(Stored data)
Segment Open
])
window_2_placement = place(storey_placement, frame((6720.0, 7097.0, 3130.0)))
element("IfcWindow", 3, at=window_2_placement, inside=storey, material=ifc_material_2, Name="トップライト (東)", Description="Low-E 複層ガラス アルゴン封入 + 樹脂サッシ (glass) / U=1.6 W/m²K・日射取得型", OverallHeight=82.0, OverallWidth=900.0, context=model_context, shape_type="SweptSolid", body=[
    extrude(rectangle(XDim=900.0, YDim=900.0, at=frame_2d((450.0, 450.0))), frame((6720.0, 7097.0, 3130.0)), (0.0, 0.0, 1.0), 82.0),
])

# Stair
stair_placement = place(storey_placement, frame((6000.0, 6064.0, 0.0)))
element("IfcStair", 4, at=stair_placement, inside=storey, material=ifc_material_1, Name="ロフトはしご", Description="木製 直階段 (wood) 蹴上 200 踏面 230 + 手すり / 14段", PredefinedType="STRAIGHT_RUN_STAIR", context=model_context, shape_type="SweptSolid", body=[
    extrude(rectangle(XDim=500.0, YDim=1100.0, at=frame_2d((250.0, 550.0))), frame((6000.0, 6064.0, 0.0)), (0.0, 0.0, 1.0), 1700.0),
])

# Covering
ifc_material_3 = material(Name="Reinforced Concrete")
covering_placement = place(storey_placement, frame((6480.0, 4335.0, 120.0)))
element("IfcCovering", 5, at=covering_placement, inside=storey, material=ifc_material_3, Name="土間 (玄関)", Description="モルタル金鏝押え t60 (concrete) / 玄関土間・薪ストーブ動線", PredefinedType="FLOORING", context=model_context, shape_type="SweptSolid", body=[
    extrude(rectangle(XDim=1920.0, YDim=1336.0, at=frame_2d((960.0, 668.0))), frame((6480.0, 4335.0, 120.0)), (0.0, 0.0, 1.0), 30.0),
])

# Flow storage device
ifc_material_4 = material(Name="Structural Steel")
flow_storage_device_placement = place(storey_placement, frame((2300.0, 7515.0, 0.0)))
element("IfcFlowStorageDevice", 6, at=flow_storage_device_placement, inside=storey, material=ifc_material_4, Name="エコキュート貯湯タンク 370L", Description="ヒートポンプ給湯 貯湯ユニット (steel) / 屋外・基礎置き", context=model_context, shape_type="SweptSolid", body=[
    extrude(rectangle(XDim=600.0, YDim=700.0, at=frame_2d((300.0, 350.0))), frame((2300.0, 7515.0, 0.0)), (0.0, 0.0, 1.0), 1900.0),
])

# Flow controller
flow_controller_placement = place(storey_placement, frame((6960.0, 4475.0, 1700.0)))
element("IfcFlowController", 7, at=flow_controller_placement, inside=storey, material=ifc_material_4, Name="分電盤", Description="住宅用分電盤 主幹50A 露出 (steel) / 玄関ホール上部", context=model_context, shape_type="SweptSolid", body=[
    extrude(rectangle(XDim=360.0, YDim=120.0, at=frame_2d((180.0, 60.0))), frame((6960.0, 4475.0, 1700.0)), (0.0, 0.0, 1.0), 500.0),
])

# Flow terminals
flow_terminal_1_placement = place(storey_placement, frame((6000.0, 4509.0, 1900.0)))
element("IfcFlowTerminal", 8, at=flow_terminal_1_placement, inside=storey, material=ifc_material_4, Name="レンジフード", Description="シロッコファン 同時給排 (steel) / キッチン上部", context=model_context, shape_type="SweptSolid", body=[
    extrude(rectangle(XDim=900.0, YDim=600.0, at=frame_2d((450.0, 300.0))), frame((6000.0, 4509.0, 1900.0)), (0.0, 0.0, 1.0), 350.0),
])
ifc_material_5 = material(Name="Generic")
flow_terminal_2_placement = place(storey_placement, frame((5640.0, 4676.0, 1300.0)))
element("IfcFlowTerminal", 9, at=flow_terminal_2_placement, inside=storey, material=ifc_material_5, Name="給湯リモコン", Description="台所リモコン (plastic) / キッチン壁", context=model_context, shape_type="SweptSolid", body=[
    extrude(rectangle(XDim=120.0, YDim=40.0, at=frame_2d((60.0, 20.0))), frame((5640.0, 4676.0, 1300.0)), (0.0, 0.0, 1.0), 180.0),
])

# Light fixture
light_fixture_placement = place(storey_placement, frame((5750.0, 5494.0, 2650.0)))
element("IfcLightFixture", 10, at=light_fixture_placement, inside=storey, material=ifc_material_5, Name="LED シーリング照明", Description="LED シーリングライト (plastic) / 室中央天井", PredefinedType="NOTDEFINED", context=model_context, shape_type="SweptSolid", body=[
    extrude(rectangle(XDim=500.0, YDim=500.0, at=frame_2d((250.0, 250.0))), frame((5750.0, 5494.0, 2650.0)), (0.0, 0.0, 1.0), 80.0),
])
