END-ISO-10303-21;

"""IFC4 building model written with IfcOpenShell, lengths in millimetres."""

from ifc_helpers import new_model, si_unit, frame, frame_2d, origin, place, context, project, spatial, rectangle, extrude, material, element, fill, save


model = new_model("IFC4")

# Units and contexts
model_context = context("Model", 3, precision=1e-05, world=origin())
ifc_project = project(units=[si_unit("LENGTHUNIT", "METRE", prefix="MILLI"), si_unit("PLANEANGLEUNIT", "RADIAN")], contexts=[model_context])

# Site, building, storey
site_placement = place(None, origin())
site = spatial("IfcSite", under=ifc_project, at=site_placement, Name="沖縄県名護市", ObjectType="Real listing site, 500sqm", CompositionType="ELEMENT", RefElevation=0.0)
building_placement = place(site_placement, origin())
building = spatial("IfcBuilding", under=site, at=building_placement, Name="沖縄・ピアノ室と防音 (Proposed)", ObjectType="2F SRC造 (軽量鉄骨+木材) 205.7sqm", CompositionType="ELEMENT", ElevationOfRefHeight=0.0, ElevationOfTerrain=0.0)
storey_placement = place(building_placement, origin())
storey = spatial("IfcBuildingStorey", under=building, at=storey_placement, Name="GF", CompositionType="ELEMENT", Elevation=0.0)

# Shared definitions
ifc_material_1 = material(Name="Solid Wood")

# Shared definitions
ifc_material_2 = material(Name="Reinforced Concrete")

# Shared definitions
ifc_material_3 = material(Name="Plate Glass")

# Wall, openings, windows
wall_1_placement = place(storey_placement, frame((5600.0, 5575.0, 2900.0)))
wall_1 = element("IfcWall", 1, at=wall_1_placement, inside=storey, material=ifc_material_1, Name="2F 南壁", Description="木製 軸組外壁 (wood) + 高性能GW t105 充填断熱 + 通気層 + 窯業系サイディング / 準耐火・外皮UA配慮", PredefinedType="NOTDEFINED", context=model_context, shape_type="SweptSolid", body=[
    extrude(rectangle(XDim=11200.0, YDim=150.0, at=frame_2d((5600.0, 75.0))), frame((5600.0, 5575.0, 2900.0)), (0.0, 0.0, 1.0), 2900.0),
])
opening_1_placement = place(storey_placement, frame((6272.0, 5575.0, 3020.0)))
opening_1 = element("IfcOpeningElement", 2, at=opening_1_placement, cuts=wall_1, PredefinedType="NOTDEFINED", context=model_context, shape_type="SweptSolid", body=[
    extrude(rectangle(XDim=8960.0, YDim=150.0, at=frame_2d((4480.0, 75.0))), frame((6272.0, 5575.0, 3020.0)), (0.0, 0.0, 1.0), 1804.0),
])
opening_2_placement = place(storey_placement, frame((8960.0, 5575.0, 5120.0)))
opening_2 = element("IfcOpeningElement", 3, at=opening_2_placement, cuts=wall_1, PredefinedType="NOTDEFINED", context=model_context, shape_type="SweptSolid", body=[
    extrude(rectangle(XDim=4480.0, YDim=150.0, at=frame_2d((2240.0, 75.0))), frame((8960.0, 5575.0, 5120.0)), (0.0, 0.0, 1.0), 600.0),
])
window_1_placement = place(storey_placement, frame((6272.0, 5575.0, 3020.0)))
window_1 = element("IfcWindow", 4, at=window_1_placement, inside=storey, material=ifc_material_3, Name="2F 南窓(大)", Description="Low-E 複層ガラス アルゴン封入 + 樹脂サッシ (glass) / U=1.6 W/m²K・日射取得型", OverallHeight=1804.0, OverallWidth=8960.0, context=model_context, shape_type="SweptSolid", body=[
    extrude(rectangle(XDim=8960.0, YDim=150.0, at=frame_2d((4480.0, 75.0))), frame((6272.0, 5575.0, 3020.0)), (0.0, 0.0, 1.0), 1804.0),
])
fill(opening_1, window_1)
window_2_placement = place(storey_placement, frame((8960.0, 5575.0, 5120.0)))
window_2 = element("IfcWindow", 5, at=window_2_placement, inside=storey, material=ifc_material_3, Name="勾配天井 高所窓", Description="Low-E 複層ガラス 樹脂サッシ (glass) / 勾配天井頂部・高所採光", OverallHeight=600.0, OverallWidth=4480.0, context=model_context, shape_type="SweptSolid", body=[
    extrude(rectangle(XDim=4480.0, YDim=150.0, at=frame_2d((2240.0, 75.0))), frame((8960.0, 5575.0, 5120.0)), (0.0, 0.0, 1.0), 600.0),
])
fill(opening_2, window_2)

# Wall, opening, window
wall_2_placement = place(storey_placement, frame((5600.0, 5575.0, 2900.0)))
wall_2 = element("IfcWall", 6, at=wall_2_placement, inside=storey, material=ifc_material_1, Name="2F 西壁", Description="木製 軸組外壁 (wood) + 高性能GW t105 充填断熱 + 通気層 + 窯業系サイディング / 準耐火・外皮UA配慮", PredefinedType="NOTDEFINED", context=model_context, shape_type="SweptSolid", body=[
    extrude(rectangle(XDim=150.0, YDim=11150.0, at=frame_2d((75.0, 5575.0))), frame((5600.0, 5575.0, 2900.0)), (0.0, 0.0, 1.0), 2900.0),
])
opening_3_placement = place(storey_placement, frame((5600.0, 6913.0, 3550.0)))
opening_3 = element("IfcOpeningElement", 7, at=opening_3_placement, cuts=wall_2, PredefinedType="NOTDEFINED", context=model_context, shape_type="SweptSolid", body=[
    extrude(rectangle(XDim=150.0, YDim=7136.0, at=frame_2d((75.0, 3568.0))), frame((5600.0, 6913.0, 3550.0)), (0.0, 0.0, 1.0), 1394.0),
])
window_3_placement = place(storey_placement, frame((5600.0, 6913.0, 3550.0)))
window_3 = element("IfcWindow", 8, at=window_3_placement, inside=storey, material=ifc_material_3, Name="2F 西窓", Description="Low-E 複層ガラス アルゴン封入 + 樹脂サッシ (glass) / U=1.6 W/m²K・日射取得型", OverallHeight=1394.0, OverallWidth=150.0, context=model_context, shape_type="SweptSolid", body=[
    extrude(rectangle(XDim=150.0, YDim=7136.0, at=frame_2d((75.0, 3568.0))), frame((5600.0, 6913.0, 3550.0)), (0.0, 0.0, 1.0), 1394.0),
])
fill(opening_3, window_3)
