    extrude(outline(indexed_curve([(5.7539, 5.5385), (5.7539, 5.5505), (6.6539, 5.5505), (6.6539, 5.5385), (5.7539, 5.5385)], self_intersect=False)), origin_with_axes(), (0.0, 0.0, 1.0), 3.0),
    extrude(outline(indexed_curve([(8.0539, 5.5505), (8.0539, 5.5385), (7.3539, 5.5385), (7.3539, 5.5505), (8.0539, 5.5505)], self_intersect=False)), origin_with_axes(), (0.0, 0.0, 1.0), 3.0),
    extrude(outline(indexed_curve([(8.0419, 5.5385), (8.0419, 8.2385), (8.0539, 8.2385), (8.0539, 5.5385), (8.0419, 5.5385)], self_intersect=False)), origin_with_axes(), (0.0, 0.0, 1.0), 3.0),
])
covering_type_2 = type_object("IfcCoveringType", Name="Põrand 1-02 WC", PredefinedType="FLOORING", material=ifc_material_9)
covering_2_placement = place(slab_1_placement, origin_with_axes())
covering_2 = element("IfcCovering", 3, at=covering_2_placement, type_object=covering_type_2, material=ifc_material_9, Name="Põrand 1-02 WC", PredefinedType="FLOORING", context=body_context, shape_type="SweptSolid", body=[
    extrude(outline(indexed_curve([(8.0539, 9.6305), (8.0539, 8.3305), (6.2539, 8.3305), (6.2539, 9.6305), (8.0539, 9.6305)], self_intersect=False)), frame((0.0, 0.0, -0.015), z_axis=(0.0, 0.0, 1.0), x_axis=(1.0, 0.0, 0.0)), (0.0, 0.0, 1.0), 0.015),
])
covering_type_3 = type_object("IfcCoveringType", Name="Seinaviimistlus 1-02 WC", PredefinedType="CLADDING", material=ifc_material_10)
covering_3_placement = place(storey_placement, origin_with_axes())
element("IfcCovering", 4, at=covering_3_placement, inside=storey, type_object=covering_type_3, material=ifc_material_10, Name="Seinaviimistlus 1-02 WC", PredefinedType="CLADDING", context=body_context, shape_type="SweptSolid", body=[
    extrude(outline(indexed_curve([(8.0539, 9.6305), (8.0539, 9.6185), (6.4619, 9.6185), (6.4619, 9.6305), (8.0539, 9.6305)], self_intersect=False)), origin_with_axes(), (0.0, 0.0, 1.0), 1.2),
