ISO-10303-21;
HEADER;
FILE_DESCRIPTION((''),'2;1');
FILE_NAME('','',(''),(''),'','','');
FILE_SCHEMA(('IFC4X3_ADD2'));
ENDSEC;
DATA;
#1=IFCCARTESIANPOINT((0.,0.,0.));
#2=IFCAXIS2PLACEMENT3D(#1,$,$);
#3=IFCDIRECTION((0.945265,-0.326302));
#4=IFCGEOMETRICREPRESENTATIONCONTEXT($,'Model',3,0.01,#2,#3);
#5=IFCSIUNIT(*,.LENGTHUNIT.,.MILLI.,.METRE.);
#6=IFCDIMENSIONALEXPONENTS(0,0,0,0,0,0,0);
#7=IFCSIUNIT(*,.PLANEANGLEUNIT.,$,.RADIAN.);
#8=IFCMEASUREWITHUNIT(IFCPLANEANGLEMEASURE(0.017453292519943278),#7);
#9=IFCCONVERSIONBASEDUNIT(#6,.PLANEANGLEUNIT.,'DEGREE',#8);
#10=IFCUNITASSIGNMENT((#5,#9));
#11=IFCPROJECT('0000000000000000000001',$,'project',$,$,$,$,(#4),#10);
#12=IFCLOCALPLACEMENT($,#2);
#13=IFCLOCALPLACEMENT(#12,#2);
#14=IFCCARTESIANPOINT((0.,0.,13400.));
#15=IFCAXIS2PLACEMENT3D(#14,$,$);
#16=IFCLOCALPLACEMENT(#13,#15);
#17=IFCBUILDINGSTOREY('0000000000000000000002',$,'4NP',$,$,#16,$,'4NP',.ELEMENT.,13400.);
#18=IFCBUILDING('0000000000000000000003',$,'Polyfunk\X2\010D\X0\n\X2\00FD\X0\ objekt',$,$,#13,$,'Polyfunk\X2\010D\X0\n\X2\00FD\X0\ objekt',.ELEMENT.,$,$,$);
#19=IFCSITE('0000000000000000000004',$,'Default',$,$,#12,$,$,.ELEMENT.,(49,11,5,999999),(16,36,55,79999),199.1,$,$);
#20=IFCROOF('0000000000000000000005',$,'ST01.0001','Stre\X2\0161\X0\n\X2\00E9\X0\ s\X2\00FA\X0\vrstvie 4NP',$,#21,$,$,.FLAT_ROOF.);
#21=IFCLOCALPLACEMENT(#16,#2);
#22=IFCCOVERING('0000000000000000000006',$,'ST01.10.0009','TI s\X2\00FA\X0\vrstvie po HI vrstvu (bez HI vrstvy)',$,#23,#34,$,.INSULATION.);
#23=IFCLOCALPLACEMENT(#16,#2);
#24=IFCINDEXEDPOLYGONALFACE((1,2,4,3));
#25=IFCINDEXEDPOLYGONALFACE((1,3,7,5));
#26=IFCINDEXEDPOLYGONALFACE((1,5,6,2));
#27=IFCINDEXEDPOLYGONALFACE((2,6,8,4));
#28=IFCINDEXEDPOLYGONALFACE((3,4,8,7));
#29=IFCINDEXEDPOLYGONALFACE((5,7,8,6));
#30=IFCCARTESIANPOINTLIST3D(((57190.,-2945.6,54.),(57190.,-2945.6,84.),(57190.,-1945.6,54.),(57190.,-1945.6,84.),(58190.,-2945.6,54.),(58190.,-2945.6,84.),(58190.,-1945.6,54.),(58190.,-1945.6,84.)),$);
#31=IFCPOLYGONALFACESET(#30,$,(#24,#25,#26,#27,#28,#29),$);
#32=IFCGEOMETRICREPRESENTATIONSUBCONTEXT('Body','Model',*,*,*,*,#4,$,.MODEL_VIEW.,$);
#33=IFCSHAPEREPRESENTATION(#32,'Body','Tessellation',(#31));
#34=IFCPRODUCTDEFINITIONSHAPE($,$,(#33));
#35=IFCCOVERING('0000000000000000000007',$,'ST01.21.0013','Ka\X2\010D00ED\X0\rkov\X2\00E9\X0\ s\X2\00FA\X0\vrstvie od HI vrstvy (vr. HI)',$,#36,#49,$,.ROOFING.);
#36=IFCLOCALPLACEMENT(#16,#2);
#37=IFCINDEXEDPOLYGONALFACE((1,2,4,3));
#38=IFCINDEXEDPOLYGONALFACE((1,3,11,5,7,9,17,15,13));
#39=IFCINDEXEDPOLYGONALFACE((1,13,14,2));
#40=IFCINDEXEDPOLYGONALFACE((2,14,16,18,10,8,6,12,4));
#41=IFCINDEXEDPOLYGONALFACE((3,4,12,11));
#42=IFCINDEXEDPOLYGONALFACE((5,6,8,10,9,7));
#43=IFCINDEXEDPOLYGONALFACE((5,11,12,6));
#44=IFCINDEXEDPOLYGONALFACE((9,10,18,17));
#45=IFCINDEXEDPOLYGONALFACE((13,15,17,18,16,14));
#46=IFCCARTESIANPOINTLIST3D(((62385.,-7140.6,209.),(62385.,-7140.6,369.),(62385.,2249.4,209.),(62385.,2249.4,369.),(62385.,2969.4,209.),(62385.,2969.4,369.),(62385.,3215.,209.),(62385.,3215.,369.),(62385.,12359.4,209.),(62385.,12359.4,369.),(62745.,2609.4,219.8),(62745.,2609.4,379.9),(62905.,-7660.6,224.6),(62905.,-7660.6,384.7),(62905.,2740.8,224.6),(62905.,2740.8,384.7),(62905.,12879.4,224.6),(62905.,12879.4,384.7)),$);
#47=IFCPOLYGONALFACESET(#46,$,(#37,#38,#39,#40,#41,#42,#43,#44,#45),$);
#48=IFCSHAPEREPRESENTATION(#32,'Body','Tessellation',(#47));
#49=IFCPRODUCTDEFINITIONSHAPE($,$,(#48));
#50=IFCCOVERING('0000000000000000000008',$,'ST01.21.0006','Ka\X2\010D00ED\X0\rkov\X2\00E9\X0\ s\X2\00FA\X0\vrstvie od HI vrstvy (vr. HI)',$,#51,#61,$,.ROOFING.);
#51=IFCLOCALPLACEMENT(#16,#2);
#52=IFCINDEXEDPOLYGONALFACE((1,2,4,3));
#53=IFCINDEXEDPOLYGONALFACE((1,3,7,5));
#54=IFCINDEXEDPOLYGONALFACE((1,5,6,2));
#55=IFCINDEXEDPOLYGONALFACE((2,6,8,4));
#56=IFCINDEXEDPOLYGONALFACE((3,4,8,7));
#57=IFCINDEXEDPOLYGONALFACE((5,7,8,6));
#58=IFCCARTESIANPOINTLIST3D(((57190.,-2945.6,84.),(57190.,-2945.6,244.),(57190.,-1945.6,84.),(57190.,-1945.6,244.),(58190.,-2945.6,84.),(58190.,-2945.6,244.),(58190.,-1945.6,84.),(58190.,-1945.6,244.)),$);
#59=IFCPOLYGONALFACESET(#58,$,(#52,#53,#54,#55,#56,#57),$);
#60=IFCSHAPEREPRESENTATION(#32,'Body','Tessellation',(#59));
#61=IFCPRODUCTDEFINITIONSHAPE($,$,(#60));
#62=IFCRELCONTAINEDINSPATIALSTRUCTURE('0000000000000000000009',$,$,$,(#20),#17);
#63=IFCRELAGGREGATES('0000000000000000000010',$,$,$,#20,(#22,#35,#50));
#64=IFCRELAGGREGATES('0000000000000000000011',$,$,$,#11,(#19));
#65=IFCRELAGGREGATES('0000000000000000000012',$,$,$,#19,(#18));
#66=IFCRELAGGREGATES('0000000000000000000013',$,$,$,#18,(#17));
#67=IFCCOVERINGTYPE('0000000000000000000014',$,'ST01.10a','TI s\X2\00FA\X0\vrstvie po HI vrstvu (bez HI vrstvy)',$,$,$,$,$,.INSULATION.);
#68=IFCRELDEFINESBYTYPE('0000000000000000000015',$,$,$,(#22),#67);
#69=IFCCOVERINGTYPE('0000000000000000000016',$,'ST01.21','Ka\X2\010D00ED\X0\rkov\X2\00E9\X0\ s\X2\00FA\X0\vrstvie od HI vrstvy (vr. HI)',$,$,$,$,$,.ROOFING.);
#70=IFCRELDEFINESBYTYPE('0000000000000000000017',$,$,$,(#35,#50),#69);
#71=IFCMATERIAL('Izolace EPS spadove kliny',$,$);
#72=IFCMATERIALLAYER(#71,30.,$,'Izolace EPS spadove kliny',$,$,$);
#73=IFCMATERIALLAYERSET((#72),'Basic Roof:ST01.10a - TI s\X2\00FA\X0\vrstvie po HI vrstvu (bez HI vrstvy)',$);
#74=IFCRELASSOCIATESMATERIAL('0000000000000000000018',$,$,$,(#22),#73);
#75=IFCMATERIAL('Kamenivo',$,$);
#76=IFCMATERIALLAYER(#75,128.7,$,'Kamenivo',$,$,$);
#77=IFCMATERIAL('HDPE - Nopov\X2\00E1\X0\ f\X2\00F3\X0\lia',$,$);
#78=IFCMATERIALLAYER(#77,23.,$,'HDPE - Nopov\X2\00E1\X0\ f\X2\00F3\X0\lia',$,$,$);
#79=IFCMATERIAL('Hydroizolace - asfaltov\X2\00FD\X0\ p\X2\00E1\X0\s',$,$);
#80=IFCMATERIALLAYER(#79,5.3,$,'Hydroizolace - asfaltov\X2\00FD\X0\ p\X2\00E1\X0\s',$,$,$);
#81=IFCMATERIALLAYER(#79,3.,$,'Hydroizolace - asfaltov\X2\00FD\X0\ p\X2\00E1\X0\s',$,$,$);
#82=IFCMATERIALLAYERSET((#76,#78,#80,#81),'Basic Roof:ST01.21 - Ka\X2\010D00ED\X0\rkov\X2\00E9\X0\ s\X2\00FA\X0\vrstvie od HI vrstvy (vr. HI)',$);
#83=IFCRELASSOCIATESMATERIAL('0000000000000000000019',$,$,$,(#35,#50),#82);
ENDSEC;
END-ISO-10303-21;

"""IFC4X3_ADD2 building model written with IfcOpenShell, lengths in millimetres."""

from ifc_helpers import new_model, entity, si_unit, converted_unit, direction, frame, frame_2d, origin, origin_2d_with_axis, place, context, subcontext, project, spatial, polyline, rectangle, outline, extrude, material, layer, layer_set, type_object, element, aggregate, save


model = new_model("IFC4X3_ADD2")

# Units and contexts
model_context = context("Model", 3, precision=0.01, world=origin(), true_north=direction((0.945265, -0.326302)))
body_context = subcontext(model_context, "Body", "Model", "MODEL_VIEW")
ifc_project = project(units=[si_unit("LENGTHUNIT", "METRE", prefix="MILLI"), converted_unit("PLANEANGLEUNIT", "DEGREE", entity("IfcPlaneAngleMeasure", 0.017453292519943278), si_unit("PLANEANGLEUNIT", "RADIAN"), dimensions=[0, 0, 0, 0, 0, 0, 0])], contexts=[model_context])

# Site, building, storey
site_placement = place(None, origin())
site = spatial("IfcSite", under=ifc_project, at=site_placement, Name="Default", CompositionType="ELEMENT", RefLatitude=(49, 11, 5, 999999), RefLongitude=(16, 36, 55, 79999), RefElevation=199.1)
building_placement = place(site_placement, origin())
building = spatial("IfcBuilding", under=site, at=building_placement, Name="Polyfunkčný objekt", LongName="Polyfunkčný objekt", CompositionType="ELEMENT")
storey_placement = place(building_placement, frame((0.0, 0.0, 13400.0)))
storey = spatial("IfcBuildingStorey", under=building, at=storey_placement, Name="4NP", LongName="4NP", CompositionType="ELEMENT", Elevation=13400.0)

# Roof, coverings
roof = element("IfcRoof", 1, inside=storey, Name="ST01.0001", Description="Strešné súvrstvie 4NP", PredefinedType="FLAT_ROOF")
ifc_material_1 = material(Name="Izolace EPS spadove kliny")
ifc_layer_1 = layer(ifc_material_1, 30.0, Name="Izolace EPS spadove kliny")
ifc_layer_set_1 = layer_set([ifc_layer_1], Name="Basic Roof:ST01.10a - TI súvrstvie po HI vrstvu (bez HI vrstvy)")
covering_type_1 = type_object("IfcCoveringType", Name="ST01.10a", Description="TI súvrstvie po HI vrstvu (bez HI vrstvy)", PredefinedType="INSULATION")
placement_1 = place(storey_placement, frame((57190.0, -2945.6, 54.0)))
covering_1_placement = place(placement_1, origin())
covering_1 = element("IfcCovering", 2, at=covering_1_placement, type_object=covering_type_1, material=ifc_layer_set_1, Name="ST01.10.0009", Description="TI súvrstvie po HI vrstvu (bez HI vrstvy)", PredefinedType="INSULATION", context=body_context, shape_type="SweptSolid", body=[
    extrude(rectangle(XDim=1000.0, YDim=1000.0, at=frame_2d((0.0, 0.0), x_axis=(-1.0, 0.0))), frame((500.0, 500.0, 0.0)), (0.0, 0.0, 1.0), 30.0),
])
ifc_material_2 = material(Name="Kamenivo")
ifc_layer_2 = layer(ifc_material_2, 128.7, Name="Kamenivo")
ifc_material_3 = material(Name="HDPE - Nopová fólia")
ifc_layer_3 = layer(ifc_material_3, 23.0, Name="HDPE - Nopová fólia")
ifc_material_4 = material(Name="Hydroizolace - asfaltový pás")
ifc_layer_4 = layer(ifc_material_4, 5.3, Name="Hydroizolace - asfaltový pás")
ifc_layer_5 = layer(ifc_material_4, 3.0, Name="Hydroizolace - asfaltový pás")
ifc_layer_set_2 = layer_set([ifc_layer_2, ifc_layer_3, ifc_layer_4, ifc_layer_5], Name="Basic Roof:ST01.21 - Kačírkové súvrstvie od HI vrstvy (vr. HI)")
covering_type_2 = type_object("IfcCoveringType", Name="ST01.21", Description="Kačírkové súvrstvie od HI vrstvy (vr. HI)", PredefinedType="ROOFING")
placement_2 = place(storey_placement, frame((62385.0, -7660.6, 209.0)))
covering_2_placement = place(placement_2, origin())
covering_2 = element("IfcCovering", 3, at=covering_2_placement, type_object=covering_type_2, material=ifc_layer_set_2, Name="ST01.21.0013", Description="Kačírkové súvrstvie od HI vrstvy (vr. HI)", PredefinedType="ROOFING", context=body_context, shape_type="SweptSolid", body=[
    extrude(outline(polyline([(-260.1, -9750.0), (260.1, -10270.0), (260.1, 131.4), (260.1, 10270.0), (-260.1, 9750.0), (-260.1, 605.6), (-260.1, 360.0), (100.0, 0.0), (-260.1, -360.0), (-260.1, -9750.0)])), frame((260.0, 10270.0, 7.8), z_axis=(-0.030015, 0.0, 0.999549), x_axis=(0.999549, 0.0, 0.030015)), (0.030015, 0.0, 0.999549), 160.1),
])
covering_3_placement = place(storey_placement, frame((57190.0, -2945.6, 84.0)))
covering_3 = element("IfcCovering", 4, at=covering_3_placement, type_object=covering_type_2, material=ifc_layer_set_2, Name="ST01.21.0006", Description="Kačírkové súvrstvie od HI vrstvy (vr. HI)", PredefinedType="ROOFING", context=body_context, shape_type="SweptSolid", body=[
    extrude(rectangle(XDim=1000.0, YDim=1000.0, at=origin_2d_with_axis()), frame((500.0, 500.0, 0.0), z_axis=(0.0, 0.0, 1.0), x_axis=(0.0, -1.0, 0.0)), (0.0, 0.0, 1.0), 160.0),
])
aggregate(roof, [covering_1, covering_2, covering_3])

save(model, "model.ifc")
Segment Closed
Copy out, word for word, the part of the entries above that begins at the line with "#43=IFCINDEXEDPOLYGONALFACE((5,11,12,6));" and ends at the line with "#45=IFCINDEXEDPOLYGONALFACE((13,15,17,18,16,14));", including both.

#43=IFCINDEXEDPOLYGONALFACE((5,11,12,6));
#44=IFCINDEXEDPOLYGONALFACE((9,10,18,17));
#45=IFCINDEXEDPOLYGONALFACE((13,15,17,18,16,14));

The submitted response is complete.